I guess I should ask if you plan to put to use that beautiful plane Tom made for you first… That and a card scraper would make a FINE finish.

Just curious.


----------



## Grumpy (Nov 9, 2007)

Sorry Doug, I have not used Tightbond III on end grain. Isn't it more an outdoors water resistant glue. 
I probably would use an epoxy glue. The solvent is usually written on the product (perhaps Acetone but I am not sure). In any case I would ring the manufacturer regarding any food safe issues, but I guess a good wash with soapy water won't go astray after the glue sets. Regards Tony


----------



## rikkor (Oct 17, 2007)

I use Titebond III almost exclusively, but I haven't made anything that needs to be food-safe.

This comes from the Titebond website:

Titebond III Ultimate Wood Glue is the first one-part, water cleanup wood glue ever offered that is proven waterproof. The waterproof formula passes the ANSI/HPVA Type I water-resistance specification and offers superior bond strength, longer open assembly time and lower application temperature.

Titebond III is non-toxic, solvent free and cleans up with water - safer to use than traditional waterproof wood glues. It provides strong initial tack, sands easily without softening and *is FDA approved for indirect food contact (cutting boards).* The ultimate in wood glues - ideal for both interior and exterior applications.


----------



## che (May 18, 2007)

Epoxy doesn't solve the oily wood problem. You should still wipe down oily woods with alcohol (or acetone see below) before applying the epoxy. I have seen many problems with epoxy and freshly cut teak. I have heard of problems with acetone and epoxy, although I have not experienced any such problem and yes I do use an acetone wipe. I don't have the literature in front of me but acetone is a good solvent for one part of the epoxy but not the other so they may have rushed the epoxy and applied it before the acetone was completely evaporated. Incidentally alcohol is an excellent solvent for the other half of marine epoxies and nothing is a good solvent once it is mixed.

TBIII should be fine for a hand washed cutting board.

I would use either acetone or alcohol and give it ample time to evaporate, neither one will harm the wood.

If you ever need to speed up epoxy cure times add heat. I use MAS slow for most of my boat projects which takes 2-3 DAYS to fully cure in my basement during the winter ~60F


----------



## Tangle (Jul 21, 2007)

If in doubt, wipe it down!! Ol' Tom's rule of thumb.


----------



## LeeJ (Jul 4, 2007)

I'm with Tom.

It only takes a second to wipe the wood off, either with acetone or alcohol, and will certainly do the trick.

Have fun, Douglas.

Lee


----------



## Radish (Apr 11, 2007)

Thanks!


----------



## Dorje (Jun 17, 2007)

So - what did you end up doing? The wipe down I assume?


----------



## USCJeff (Apr 6, 2007)

I've never had any problems with TB III, indoors or out.

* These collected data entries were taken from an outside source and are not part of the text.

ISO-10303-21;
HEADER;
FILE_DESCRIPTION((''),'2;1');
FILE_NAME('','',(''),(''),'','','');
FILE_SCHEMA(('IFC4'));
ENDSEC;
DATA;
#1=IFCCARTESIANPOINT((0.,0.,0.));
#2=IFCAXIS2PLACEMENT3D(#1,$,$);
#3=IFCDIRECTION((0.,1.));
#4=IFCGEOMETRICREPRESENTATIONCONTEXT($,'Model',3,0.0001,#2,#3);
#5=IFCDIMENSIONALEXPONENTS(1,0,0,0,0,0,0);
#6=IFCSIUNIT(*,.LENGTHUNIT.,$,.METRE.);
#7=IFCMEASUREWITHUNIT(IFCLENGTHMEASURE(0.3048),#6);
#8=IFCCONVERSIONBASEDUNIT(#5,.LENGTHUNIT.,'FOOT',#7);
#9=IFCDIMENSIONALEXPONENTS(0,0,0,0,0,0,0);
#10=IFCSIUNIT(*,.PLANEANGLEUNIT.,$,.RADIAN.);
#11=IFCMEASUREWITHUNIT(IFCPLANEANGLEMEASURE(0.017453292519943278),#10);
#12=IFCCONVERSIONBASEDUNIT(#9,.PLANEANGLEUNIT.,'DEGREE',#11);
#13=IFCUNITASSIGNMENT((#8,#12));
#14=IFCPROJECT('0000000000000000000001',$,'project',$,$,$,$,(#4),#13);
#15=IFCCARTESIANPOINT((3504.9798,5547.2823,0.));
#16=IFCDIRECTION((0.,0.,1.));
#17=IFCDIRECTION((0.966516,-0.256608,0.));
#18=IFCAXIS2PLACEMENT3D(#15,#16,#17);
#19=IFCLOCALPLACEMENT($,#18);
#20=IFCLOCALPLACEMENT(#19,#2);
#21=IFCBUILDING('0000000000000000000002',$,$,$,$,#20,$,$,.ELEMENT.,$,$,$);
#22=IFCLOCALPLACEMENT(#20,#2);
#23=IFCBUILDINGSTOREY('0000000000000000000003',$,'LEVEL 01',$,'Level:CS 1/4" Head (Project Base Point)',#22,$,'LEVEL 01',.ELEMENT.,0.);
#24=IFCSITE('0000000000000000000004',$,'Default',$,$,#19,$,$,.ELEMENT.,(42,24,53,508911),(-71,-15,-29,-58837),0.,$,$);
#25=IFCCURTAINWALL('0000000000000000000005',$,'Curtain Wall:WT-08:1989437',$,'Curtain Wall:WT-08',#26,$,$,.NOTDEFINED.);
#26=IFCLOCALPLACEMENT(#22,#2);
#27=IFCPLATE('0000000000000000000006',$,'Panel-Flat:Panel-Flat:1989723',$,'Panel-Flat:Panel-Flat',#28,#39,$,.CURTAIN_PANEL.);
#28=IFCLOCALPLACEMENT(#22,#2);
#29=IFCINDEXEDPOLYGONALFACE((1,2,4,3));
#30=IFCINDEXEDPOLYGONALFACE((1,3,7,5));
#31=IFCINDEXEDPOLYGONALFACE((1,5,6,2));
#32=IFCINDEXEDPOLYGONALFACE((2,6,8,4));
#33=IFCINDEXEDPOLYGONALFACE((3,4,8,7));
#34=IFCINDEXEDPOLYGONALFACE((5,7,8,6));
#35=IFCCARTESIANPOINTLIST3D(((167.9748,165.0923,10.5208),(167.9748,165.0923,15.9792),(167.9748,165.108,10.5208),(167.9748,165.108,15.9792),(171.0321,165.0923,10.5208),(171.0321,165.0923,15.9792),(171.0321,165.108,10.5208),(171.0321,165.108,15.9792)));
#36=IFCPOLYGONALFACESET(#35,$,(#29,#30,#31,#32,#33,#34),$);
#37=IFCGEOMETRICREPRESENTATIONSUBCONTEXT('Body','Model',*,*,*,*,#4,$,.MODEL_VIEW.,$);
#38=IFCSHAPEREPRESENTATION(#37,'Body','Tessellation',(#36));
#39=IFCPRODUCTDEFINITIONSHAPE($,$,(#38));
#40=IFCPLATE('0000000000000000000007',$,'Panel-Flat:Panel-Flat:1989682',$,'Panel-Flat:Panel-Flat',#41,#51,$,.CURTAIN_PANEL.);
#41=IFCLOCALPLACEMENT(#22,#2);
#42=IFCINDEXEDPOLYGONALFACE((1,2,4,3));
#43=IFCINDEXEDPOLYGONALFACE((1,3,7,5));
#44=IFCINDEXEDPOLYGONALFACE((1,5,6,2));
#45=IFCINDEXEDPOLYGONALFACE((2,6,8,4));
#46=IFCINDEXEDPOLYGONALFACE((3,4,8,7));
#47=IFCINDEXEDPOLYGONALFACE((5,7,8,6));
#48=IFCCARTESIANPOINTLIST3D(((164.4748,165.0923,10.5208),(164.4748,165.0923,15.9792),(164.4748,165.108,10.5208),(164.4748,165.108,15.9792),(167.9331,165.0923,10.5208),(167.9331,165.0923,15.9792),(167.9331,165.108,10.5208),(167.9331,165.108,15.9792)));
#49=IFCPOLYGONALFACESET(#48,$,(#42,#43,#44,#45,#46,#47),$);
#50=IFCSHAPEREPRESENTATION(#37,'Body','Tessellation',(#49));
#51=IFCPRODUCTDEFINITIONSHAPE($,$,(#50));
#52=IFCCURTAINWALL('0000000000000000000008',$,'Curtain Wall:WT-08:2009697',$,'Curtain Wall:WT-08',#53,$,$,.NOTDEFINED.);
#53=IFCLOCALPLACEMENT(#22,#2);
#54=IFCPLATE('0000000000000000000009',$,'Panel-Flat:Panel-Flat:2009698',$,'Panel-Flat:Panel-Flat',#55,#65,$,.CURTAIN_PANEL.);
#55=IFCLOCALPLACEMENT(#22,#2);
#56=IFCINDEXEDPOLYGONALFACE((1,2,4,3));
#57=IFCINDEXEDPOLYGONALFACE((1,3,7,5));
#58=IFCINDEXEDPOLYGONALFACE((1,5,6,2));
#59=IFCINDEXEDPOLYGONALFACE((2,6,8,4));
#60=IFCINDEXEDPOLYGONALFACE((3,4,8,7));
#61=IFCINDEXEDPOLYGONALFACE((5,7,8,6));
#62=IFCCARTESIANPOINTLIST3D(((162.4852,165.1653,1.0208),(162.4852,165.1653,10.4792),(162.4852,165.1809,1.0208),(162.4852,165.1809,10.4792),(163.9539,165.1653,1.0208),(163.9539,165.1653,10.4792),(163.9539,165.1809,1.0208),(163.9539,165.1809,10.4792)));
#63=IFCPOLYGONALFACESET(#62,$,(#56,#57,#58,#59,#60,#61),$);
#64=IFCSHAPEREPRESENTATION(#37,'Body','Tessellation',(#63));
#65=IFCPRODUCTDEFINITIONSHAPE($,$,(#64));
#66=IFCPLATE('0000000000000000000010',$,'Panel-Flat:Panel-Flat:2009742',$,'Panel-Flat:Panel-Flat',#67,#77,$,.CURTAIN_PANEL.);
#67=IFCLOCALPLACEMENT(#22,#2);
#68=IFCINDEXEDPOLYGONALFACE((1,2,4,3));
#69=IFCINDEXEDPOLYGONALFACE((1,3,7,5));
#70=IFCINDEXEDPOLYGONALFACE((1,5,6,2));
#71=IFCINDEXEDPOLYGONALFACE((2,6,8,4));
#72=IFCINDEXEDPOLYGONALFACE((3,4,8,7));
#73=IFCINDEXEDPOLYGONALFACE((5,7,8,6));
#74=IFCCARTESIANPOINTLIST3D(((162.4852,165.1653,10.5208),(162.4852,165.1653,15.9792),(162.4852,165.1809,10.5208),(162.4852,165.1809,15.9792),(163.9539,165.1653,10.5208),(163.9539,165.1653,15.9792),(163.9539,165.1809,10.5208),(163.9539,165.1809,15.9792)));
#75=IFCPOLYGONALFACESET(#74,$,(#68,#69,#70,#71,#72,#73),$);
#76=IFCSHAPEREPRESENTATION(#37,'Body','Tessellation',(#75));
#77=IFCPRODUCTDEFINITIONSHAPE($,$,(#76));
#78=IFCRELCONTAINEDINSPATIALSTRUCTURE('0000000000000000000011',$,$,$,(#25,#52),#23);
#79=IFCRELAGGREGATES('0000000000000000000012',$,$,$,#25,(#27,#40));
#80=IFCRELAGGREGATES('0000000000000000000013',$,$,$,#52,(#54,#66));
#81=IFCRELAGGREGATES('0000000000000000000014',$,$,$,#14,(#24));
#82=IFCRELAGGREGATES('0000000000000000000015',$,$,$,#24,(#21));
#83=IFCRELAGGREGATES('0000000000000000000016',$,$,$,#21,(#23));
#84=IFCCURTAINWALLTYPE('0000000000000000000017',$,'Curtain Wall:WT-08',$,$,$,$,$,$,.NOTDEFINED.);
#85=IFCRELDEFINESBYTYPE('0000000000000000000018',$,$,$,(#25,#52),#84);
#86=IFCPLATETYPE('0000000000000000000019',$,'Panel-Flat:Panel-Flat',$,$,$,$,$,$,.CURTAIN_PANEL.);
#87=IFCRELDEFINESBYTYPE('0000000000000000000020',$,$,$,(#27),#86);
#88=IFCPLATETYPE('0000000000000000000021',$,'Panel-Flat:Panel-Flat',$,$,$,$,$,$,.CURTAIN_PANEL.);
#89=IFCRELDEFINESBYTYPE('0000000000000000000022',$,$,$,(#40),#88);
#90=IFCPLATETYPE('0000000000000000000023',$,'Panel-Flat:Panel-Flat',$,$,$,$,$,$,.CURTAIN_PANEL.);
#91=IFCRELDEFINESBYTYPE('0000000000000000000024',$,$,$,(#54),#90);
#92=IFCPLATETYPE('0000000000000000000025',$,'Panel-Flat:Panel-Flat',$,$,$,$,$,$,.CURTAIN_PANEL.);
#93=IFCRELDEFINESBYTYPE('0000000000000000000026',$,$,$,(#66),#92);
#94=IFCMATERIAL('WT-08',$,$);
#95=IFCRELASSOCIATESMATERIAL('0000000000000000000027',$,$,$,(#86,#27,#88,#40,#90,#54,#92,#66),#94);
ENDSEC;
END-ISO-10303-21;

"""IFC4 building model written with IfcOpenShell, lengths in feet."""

from ifc_helpers import new_model, entity, si_unit, converted_unit, direction, frame, origin, place, context, subcontext, project, spatial, indexed_curve, outline, extrude, source, transform, mapped, material, type_object, type_shapes, element, aggregate, save


model = new_model("IFC4")

# Units and contexts
model_context = context("Model", 3, precision=0.0001, world=origin(), true_north=direction((0.0, 1.0)))
body_context = subcontext(model_context, "Body", "Model", "MODEL_VIEW")
ifc_project = project(units=[converted_unit("LENGTHUNIT", "FOOT", entity("IfcLengthMeasure", 0.3048), si_unit("LENGTHUNIT", "METRE"), dimensions=[1, 0, 0, 0, 0, 0, 0]), converted_unit("PLANEANGLEUNIT", "DEGREE", entity("IfcPlaneAngleMeasure", 0.017453292519943278), si_unit("PLANEANGLEUNIT", "RADIAN"), dimensions=[0, 0, 0, 0, 0, 0, 0])], contexts=[model_context])

# Site, building, storey
site_placement = place(None, frame((3504.9798, 5547.2823, 0.0), z_axis=(0.0, 0.0, 1.0), x_axis=(0.966516, -0.256608, 0.0)))
site = spatial("IfcSite", under=ifc_project, at=site_placement, Name="Default", CompositionType="ELEMENT", RefLatitude=(42, 24, 53, 508911), RefLongitude=(-71, -15, -29, -58837), RefElevation=0.0)
building_placement = place(site_placement, origin())
building = spatial("IfcBuilding", under=site, at=building_placement, CompositionType="ELEMENT")
storey_placement = place(building_placement, origin())
storey = spatial("IfcBuildingStorey", under=building, at=storey_placement, Name="LEVEL 01", ObjectType="Level:CS 1/4\" Head (Project Base Point)", LongName="LEVEL 01", CompositionType="ELEMENT", Elevation=0.0)

# Curtain wall, plates
curtain_wall_type_1 = type_object("IfcCurtainWallType", Name="Curtain Wall:WT-08", PredefinedType="NOTDEFINED")
curtain_wall_1_placement = place(storey_placement, origin())
curtain_wall_1 = element("IfcCurtainWall", 1, at=curtain_wall_1_placement, inside=storey, type_object=curtain_wall_type_1, Name="Curtain Wall:WT-08:1989437", ObjectType="Curtain Wall:WT-08", PredefinedType="NOTDEFINED")
ifc_material_1 = material(Name="WT-08")
plate_type_1 = type_object("IfcPlateType", Name="Panel-Flat:Panel-Flat", PredefinedType="CURTAIN_PANEL", material=ifc_material_1)
shared_shape_1 = source(origin(), body_context, "Body", "SweptSolid", [
    extrude(outline(indexed_curve([(-0.0078, -1.5287), (0.0078, -1.5287), (0.0078, 1.5287), (-0.0078, 1.5287), (-0.0078, -1.5287)], self_intersect=False)), frame((1.5287, 0.0078, 0.0), z_axis=(0.0, 0.0, 1.0), x_axis=(0.0, -1.0, 0.0)), (0.0, 0.0, 1.0), 5.4583),
])
type_shapes(plate_type_1, [shared_shape_1])
plate_1_placement = place(curtain_wall_1_placement, frame((171.0321, 165.108, 10.5208), z_axis=(0.0, 0.0, 1.0), x_axis=(-1.0, 0.0, 0.0)))
plate_1 = element("IfcPlate", 2, at=plate_1_placement, type_object=plate_type_1, material=ifc_material_1, Name="Panel-Flat:Panel-Flat:1989723", ObjectType="Panel-Flat:Panel-Flat", PredefinedType="CURTAIN_PANEL", context=body_context, shape_type="MappedRepresentation", body=[
    mapped(shared_shape_1, transform((0.0, 0.0, 0.0), scale=1.0)),
])
plate_type_2 = type_object("IfcPlateType", Name="Panel-Flat:Panel-Flat", PredefinedType="CURTAIN_PANEL", material=ifc_material_1)
shared_shape_2 = source(origin(), body_context, "Body", "SweptSolid", [
    extrude(outline(indexed_curve([(-0.0078, -1.7292), (0.0078, -1.7292), (0.0078, 1.7292), (-0.0078, 1.7292), (-0.0078, -1.7292)], self_intersect=False)), frame((1.7292, 0.0078, 0.0), z_axis=(0.0, 0.0, 1.0), x_axis=(0.0, -1.0, 0.0)), (0.0, 0.0, 1.0), 5.4583),
])
type_shapes(plate_type_2, [shared_shape_2])
plate_2_placement = place(curtain_wall_1_placement, frame((167.9331, 165.108, 10.5208), z_axis=(0.0, 0.0, 1.0), x_axis=(-1.0, 0.0, 0.0)))
plate_2 = element("IfcPlate", 3, at=plate_2_placement, type_object=plate_type_2, material=ifc_material_1, Name="Panel-Flat:Panel-Flat:1989682", ObjectType="Panel-Flat:Panel-Flat", PredefinedType="CURTAIN_PANEL", context=body_context, shape_type="MappedRepresentation", body=[
    mapped(shared_shape_2, transform((0.0, 0.0, 0.0), scale=1.0)),
])
aggregate(curtain_wall_1, [plate_1, plate_2])

# Curtain wall, plates
curtain_wall_2_placement = place(storey_placement, origin())
curtain_wall_2 = element("IfcCurtainWall", 4, at=curtain_wall_2_placement, inside=storey, type_object=curtain_wall_type_1, Name="Curtain Wall:WT-08:2009697", ObjectType="Curtain Wall:WT-08", PredefinedType="NOTDEFINED")
plate_type_3 = type_object("IfcPlateType", Name="Panel-Flat:Panel-Flat", PredefinedType="CURTAIN_PANEL", material=ifc_material_1)
shared_shape_3 = source(origin(), body_context, "Body", "SweptSolid", [
    extrude(outline(indexed_curve([(-0.0078, -0.7344), (0.0078, -0.7344), (0.0078, 0.7344), (-0.0078, 0.7344), (-0.0078, -0.7344)], self_intersect=False)), frame((0.7344, 0.0078, 0.0), z_axis=(0.0, 0.0, 1.0), x_axis=(0.0, -1.0, 0.0)), (0.0, 0.0, 1.0), 9.4583),
])
type_shapes(plate_type_3, [shared_shape_3])
plate_3_placement = place(curtain_wall_2_placement, frame((163.9539, 165.1809, 1.0208), z_axis=(0.0, 0.0, 1.0), x_axis=(-1.0, 0.0, 0.0)))
plate_3 = element("IfcPlate", 5, at=plate_3_placement, type_object=plate_type_3, material=ifc_material_1, Name="Panel-Flat:Panel-Flat:2009698", ObjectType="Panel-Flat:Panel-Flat", PredefinedType="CURTAIN_PANEL", context=body_context, shape_type="MappedRepresentation", body=[
    mapped(shared_shape_3, transform((0.0, 0.0, 0.0), scale=1.0)),
])
plate_type_4 = type_object("IfcPlateType", Name="Panel-Flat:Panel-Flat", PredefinedType="CURTAIN_PANEL", material=ifc_material_1)
shared_shape_4 = source(origin(), body_context, "Body", "SweptSolid", [
    extrude(outline(indexed_curve([(-0.0078, -0.7344), (0.0078, -0.7344), (0.0078, 0.7344), (-0.0078, 0.7344), (-0.0078, -0.7344)], self_intersect=False)), frame((0.7344, 0.0078, 0.0), z_axis=(0.0, 0.0, 1.0), x_axis=(0.0, -1.0, 0.0)), (0.0, 0.0, 1.0), 5.4583),
])
type_shapes(plate_type_4, [shared_shape_4])
plate_4_placement = place(curtain_wall_2_placement, frame((163.9539, 165.1809, 10.5208), z_axis=(0.0, 0.0, 1.0), x_axis=(-1.0, 0.0, 0.0)))
plate_4 = element("IfcPlate", 6, at=plate_4_placement, type_object=plate_type_4, material=ifc_material_1, Name="Panel-Flat:Panel-Flat:2009742", ObjectType="Panel-Flat:Panel-Flat", PredefinedType="CURTAIN_PANEL", context=body_context, shape_type="MappedRepresentation", body=[
    mapped(shared_shape_4, transform((0.0, 0.0, 0.0), scale=1.0)),
])
aggregate(curtain_wall_2, [plate_3, plate_4])

save(model, "model.ifc")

Epoxy should also get the job done if you have it on hand.


----------



## Radish (Apr 11, 2007)

Yup, I wiped down the paduak. If anyone has contemplated doing the mosaic end-grain cutting board as a Christmas present, you should have started last month. OMG, this is one time consuming project.
This was last weekend's labor.



First series of glue-ups done…


----------



## Tangle (Jul 21, 2007)

That looks like enough kindling to last you through January.


----------



## Chipncut (Aug 18, 2006)

I won't say anything about the glue you'll be using. I just wanted to say that it's going to be real pretty.

Mineral oil is also a good finish for cutting boards.


----------



## bbrooks (Jan 3, 2007)

As Obi would say..lots of little sticks..

I use Titebond 3 almost exclusively as well. It works great, but with all oily woods you will need to wipe them down before gluing.

Looking forward to seeing your projects Doug.


----------



## Hawgnutz (Mar 29, 2007)

Doug, looks like one beautiful project a brewing. I will look forward to reading your posting when you get the project completed. It will probably be too pretty for someone to cut food on…LOL Really, I hope the intended recipients will enjoy it!

God Bless,
Hawg


----------



## mikega (Oct 24, 2007)

Hi Doug
I used the Titebond 3 on a segmented turning that I did. The only problem I had with it was the the glue is dark and on the Maple portion of the turning you can see the glue in the seams. I have gone back to Titebond Original for 2 reasons. 1. the seams don't show on the lighter woods and 2. there does not seem to be as much glue creep.
Can't wait to see your project

Mike


----------



## scottb (Jul 21, 2006)

Kindling?! - looks like a lot of potential pens to me…

I can certainly wait for, and enjoy the time leading up until Christmas (which isn't going by slow enough for my taste - a problem that accelerates every year), but I am eager to see all the project posts of the gifts we've given this year.


----------



## Radish (Apr 11, 2007)

It's looking a lot like a bunch of edge grain cheese boards, rather than the desired 1-3 ornate end-grain boards I envisioned. As my buddy Bob#2 has said, time is not my friend. Rushed glue-ups, bowed initial board assemblies with no additional thickness to remove the warp…*aargh*. This one may never see the light of day on LJs. Might have to make it a Harry and David's gift giving this year. It's hard to work nine to ten hours a day at the paying job and then try and put in the required 2-3 hours per night in the 20° shop with the propane torpedo heater. Friday will be crunch day…


----------



## Dorje (Jun 17, 2007)

"It's hard to work nine to ten hours a day at the paying job and then try and put in the required 2-3 hours per night in the 20° shop with the propane torpedo heater…"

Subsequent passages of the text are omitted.